Взгляни – уж зеленеют ветви,

Не плачь, Айше, смотри на них.

Не умирает тот навеки,

Кто умирает за других.

И не нужна героям жалость,

Они живут

во всем,

везде,

Как это облако осталось,

Став отражением в воде.

Ты назвал свою сказку – «Влюбленное Облако». Так я начала слушать твои сказки, Назым.

Прошло много дней, много недель, много месяцев. Мы виделись с тобой все чаще и чаще то в Москве, то в Переделкино. На дачу к тебе всегда приезжали с Валентиной Брумберг. Оказывается, во время первой встречи ты спросил ее, замужем ли я. И она ответила:

– Нет! Что вы!

Когда мы возвращались домой, Валентина шутливо призналась мне в этой лжи и с присущим ей легкомыслием объяснила свой обман тем, что все турки страшно ревнивы, что с девушкой тебе приятнее будет работать – так ты скорее напишешь нам сценарий. Ведь ей нужен был сценарий…

Чудачка, ей и в голову не могло прийти, как это все осложнит потом. Но странно: ее милый обман помог нам с тобой надолго сохранить добрые безмятежные отношения, которые постепенно переросли в любовь. Валентина, я благодарю вас.

Шли месяцы со времени нашего знакомства. Ты стал у нас на студии своим. К тебе привыкли. Тебе у нас хорошо. Нам казалось, что ты среди нас отдыхаешь. В то время мультфильмы создавали веселые, до озорства насмешливые, чистые люди. Наш сценарный отдел на втором этаже пристройки к бывшей церкви, длинный, как пенал, был любимым перекрестком всех студийных дорог. Сюда забегали отвести душу, сообщить или узнать интересную новость, проверить на юмор трюк, реплику или послушать, о чем говорят наши обожаемые авторы. Ты часто звонил, приходил на студию, и все видели, что приходишь ты к нам не только по делу.

Я знала, что после звонка с вахты пройдет еще десять, а то и пятнадцать минут, прежде чем постучат в дверь и ты войдешь. Сценарный отдел – проходной двор студии – наполнялся нужным, а чаще всего любопытствующим народом. Все, кто обгонял тебя на лестнице, уже никуда не сворачивали. Они прямиком шли к нам.

Ты всегда входил в нашу узкую комнату как праздник. Тебя встречали с восторгом. Ты здоровался с каждым по очереди: женщинам целовал руки, что всех нас ужасно трогало и смущало. Наши мужчины, с которыми мы работали, не целовали нам рук.

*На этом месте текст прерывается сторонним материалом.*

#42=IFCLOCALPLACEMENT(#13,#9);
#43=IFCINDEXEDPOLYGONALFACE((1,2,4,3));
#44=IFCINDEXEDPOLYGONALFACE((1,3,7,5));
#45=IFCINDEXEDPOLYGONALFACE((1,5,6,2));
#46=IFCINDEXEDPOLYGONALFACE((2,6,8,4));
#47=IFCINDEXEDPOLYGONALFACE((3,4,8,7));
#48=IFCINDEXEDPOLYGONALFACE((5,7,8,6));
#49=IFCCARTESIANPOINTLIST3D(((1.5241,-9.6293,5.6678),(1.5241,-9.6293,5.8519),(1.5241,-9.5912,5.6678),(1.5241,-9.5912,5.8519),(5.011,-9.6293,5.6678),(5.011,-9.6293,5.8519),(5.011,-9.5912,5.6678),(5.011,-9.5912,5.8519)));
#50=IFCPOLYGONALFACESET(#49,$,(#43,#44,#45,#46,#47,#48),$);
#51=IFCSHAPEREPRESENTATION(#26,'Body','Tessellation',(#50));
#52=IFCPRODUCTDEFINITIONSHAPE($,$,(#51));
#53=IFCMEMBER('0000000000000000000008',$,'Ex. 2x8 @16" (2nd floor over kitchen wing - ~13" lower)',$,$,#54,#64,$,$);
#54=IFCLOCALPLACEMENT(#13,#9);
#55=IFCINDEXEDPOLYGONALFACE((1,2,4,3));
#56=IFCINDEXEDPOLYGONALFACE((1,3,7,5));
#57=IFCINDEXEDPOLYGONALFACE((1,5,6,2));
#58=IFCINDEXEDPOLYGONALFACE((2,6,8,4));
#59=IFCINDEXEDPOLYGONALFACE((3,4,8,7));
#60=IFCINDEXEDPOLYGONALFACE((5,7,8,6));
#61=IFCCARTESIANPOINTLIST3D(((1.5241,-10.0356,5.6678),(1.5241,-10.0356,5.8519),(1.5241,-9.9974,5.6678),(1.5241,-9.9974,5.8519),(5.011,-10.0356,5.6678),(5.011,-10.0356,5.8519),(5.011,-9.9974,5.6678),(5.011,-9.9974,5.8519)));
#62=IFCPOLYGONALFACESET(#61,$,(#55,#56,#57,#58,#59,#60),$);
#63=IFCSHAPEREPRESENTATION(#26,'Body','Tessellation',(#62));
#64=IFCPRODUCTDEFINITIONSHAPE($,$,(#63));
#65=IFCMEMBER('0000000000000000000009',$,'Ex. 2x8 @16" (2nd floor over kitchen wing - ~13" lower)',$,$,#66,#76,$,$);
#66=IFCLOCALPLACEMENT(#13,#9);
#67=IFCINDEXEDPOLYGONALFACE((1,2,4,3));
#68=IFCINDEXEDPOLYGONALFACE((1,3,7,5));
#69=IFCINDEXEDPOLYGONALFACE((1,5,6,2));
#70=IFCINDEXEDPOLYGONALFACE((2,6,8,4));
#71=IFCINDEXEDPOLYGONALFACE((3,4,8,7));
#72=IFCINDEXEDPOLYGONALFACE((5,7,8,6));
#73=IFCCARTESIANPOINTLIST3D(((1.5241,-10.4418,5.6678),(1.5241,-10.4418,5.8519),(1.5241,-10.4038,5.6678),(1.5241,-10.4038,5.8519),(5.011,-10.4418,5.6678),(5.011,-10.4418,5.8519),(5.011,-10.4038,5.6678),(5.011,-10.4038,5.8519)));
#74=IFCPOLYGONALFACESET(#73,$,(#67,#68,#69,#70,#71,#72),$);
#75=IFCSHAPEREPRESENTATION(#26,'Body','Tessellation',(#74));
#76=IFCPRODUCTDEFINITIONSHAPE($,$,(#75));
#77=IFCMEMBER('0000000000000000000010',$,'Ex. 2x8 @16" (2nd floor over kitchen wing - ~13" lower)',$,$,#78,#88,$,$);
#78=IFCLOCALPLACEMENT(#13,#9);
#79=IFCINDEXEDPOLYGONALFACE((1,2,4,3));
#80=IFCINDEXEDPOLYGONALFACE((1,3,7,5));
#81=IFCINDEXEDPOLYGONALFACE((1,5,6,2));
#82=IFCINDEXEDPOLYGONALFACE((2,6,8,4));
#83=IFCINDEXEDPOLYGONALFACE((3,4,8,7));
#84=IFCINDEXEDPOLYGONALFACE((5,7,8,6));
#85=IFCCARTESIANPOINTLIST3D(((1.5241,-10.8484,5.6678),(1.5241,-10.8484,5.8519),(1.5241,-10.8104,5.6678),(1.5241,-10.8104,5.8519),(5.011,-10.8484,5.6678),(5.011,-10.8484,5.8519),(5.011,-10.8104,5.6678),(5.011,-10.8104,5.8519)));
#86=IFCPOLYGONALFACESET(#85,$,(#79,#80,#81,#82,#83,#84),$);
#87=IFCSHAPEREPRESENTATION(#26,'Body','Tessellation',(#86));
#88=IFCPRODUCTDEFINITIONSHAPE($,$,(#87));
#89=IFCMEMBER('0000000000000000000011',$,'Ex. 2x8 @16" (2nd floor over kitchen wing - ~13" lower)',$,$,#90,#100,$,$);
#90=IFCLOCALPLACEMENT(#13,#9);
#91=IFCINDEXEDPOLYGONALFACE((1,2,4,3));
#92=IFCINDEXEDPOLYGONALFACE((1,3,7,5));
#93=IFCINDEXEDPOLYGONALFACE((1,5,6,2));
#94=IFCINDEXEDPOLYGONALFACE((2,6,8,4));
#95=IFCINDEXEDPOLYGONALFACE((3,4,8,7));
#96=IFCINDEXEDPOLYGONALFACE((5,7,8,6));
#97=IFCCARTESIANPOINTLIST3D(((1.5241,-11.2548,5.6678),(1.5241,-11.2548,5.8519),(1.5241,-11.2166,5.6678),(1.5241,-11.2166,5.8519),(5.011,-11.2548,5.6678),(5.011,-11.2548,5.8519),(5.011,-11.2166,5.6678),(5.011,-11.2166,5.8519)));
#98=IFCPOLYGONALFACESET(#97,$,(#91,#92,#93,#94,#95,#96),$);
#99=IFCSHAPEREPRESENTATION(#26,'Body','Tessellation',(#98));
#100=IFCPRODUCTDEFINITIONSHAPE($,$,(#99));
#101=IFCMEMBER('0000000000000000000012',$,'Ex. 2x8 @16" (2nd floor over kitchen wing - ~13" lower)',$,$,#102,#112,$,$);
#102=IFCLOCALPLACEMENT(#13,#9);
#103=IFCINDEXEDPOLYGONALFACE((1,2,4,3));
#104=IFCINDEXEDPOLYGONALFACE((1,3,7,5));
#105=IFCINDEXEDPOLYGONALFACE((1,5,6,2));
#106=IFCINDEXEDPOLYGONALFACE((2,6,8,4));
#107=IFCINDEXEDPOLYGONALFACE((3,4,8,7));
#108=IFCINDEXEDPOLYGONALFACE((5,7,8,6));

Мы все были товарищи. А ты слетал, словно из другого мира. Все при тебе приободрялись, подтягивались, прихорашивались; мелькали зеркальца, пудреницы, расчески. Мои коллеги трогательно подставляли тебе стул к моему столу, ты садился и говорил о каких-то делах, хотя все они были давно решены. К тебе очень хорошо относились, Назым, и мужчины, и женщины. У тебя для всех находилось доброе слово, совет, участие. И никто над тобой не подсмеивался и не злословил. Через пять минут в комнате уже разгоралась оживленная дискуссия. Споры были шумные, но какие-то честные, гуманные, даже веселые. Ты, Назым, был большой мастер втягивать людей в острый разговор, где скрещивались разные точки зрения.

Однажды ты пришел к нам и с улыбкой сообщил, что на днях встречался с колхозниками Украины и от них услышал злой анекдот про коммунизм.

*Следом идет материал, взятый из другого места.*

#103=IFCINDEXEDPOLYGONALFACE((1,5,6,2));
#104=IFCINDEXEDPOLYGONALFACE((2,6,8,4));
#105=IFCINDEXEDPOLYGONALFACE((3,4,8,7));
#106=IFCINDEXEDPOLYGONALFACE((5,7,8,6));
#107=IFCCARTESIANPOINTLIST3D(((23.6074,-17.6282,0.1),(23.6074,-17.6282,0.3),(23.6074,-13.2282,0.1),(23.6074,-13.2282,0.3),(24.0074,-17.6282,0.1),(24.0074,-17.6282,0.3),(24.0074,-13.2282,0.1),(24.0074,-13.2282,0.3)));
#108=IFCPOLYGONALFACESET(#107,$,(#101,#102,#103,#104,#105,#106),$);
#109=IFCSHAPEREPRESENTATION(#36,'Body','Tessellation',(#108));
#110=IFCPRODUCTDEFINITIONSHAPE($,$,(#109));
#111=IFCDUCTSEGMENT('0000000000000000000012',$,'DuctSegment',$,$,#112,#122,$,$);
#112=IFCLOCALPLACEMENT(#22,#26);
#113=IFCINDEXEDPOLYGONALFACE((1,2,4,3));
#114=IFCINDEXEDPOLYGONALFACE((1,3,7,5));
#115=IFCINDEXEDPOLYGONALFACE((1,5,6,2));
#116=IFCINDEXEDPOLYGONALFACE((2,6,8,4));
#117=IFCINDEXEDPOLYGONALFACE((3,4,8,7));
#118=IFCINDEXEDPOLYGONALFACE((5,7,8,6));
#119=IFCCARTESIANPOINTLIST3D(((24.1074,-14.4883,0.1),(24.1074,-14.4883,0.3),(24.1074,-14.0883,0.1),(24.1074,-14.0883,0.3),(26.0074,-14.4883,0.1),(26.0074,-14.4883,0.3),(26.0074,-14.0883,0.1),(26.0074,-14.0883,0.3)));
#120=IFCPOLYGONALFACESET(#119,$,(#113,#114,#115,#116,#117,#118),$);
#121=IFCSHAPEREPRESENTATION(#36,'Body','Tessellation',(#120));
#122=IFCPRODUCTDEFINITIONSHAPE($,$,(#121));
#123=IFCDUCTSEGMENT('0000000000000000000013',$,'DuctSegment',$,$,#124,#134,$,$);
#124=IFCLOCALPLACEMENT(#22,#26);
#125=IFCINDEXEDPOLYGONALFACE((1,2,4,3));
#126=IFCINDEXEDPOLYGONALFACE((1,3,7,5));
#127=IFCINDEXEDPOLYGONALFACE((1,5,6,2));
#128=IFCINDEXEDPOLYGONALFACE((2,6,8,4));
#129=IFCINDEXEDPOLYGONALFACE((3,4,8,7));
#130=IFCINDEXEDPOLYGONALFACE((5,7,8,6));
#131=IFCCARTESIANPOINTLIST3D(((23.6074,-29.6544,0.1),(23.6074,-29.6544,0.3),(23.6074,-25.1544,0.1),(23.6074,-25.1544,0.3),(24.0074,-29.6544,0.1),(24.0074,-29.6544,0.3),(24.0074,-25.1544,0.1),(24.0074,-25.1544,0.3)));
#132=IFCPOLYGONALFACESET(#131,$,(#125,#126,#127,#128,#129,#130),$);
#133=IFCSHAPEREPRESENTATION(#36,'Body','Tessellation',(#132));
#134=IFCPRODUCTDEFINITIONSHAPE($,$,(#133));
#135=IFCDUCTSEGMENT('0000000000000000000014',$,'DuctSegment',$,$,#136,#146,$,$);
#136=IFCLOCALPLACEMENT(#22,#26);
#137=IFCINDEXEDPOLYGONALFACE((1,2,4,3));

– Смысл его в том, что коммунизм наступит, если в каждом колхозе появится вертолет, чтобы крестьяне в любой момент могли слетать в Москву за пшеном.

Тогда бесчисленные анекдоты множилось пропорционально государственному истреблению сатиры. Анекдотами люди отзывались на любые проявления лжи, глупости, демагогии, социальной несправедливости и административного головотяпства. Их рассказывали везде и всюду, но никто из нас почему-то не задумывался, откуда они берутся.

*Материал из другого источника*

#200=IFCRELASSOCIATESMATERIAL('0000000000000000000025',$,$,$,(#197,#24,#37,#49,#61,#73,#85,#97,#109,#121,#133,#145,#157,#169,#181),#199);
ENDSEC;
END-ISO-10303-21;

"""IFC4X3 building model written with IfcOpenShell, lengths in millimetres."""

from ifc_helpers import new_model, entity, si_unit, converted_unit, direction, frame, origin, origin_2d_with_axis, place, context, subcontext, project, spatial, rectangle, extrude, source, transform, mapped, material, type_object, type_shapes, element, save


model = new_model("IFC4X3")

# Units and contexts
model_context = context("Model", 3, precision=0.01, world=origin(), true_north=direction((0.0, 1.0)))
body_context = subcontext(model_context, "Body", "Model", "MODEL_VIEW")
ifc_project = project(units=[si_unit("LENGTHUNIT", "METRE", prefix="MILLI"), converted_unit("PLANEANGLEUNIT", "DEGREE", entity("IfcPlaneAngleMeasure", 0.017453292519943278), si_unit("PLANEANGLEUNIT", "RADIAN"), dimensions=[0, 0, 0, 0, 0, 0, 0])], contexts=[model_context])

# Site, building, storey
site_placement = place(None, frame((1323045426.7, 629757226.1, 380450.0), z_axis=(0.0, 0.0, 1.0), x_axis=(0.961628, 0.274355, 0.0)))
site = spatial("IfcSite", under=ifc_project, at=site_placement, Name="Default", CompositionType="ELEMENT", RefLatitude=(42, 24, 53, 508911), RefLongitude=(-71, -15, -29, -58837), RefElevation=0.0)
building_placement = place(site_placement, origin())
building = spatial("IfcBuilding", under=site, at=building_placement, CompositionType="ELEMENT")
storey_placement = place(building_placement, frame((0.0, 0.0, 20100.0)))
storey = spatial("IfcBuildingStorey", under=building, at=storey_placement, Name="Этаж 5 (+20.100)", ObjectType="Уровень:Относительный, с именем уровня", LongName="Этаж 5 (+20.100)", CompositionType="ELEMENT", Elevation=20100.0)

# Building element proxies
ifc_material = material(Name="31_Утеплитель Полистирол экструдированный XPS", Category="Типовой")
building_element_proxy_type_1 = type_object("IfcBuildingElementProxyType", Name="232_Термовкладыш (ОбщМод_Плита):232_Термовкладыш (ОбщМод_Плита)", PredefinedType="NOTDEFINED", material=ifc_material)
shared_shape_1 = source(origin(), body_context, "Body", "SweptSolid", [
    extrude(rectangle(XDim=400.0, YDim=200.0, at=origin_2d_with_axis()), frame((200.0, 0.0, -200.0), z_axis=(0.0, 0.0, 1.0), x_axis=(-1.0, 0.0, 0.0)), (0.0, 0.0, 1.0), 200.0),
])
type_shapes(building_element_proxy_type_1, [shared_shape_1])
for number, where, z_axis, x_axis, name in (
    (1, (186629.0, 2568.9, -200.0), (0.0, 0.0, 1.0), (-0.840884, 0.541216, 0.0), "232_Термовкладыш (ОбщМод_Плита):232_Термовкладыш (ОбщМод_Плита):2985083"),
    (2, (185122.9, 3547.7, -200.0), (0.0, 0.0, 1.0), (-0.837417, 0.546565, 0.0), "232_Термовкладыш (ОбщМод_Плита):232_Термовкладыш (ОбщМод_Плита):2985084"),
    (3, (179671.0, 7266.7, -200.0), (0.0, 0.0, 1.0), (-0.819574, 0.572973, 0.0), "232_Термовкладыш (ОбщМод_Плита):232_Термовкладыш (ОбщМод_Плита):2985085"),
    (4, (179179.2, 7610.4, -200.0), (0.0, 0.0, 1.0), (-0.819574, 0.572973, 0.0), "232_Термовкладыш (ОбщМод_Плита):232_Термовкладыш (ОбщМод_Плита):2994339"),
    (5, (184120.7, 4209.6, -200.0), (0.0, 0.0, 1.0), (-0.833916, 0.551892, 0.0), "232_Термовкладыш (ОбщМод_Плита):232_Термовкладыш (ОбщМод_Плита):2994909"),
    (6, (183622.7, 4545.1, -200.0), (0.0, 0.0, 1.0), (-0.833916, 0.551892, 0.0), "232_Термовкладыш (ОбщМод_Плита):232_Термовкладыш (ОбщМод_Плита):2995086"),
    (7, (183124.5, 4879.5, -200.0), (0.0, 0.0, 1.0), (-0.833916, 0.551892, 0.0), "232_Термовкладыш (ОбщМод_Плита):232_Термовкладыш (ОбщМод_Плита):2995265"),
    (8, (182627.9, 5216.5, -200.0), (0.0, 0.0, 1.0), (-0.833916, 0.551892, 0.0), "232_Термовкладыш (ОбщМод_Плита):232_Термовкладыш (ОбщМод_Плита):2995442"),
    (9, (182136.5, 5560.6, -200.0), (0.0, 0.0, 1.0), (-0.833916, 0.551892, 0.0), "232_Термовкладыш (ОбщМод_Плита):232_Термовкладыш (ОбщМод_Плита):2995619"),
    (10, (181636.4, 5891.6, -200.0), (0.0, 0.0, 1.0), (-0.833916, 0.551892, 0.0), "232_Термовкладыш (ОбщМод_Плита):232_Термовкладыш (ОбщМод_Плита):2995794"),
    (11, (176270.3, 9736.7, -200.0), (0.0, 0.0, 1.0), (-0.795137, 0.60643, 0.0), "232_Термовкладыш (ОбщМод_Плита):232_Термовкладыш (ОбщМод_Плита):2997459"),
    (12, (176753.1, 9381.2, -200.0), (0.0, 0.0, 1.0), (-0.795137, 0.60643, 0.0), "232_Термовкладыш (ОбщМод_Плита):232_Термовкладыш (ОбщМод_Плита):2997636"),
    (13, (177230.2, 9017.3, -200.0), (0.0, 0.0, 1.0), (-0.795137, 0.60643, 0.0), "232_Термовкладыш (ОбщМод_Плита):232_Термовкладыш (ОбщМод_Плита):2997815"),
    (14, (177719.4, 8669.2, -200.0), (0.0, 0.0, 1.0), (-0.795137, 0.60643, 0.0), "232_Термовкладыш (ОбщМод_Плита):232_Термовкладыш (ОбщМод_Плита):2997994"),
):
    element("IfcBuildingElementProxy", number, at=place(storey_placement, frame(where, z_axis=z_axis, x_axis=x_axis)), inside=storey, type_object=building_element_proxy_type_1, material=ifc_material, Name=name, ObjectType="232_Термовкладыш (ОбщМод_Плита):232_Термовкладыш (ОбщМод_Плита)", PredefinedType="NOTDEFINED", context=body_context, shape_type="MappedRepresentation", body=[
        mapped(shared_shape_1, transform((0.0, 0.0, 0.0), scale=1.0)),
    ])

– Я спросил их, – продолжал ты, – а знают ли они, кто в Советском Союзе сочиняет анекдоты? Они очень серьезно отвечали: «Политические – Илья Эренбург, а про пшено – Зощенко!» Я их не стал разубеждать. Я очень за товарища Зощенко обрадовался. Какой замечательный у него народный авторитет, несмотря на весь позор, который здесь сделали! И я очень хочу, чтобы товарищ Зощенко знал об этой прекрасной любви советских людей.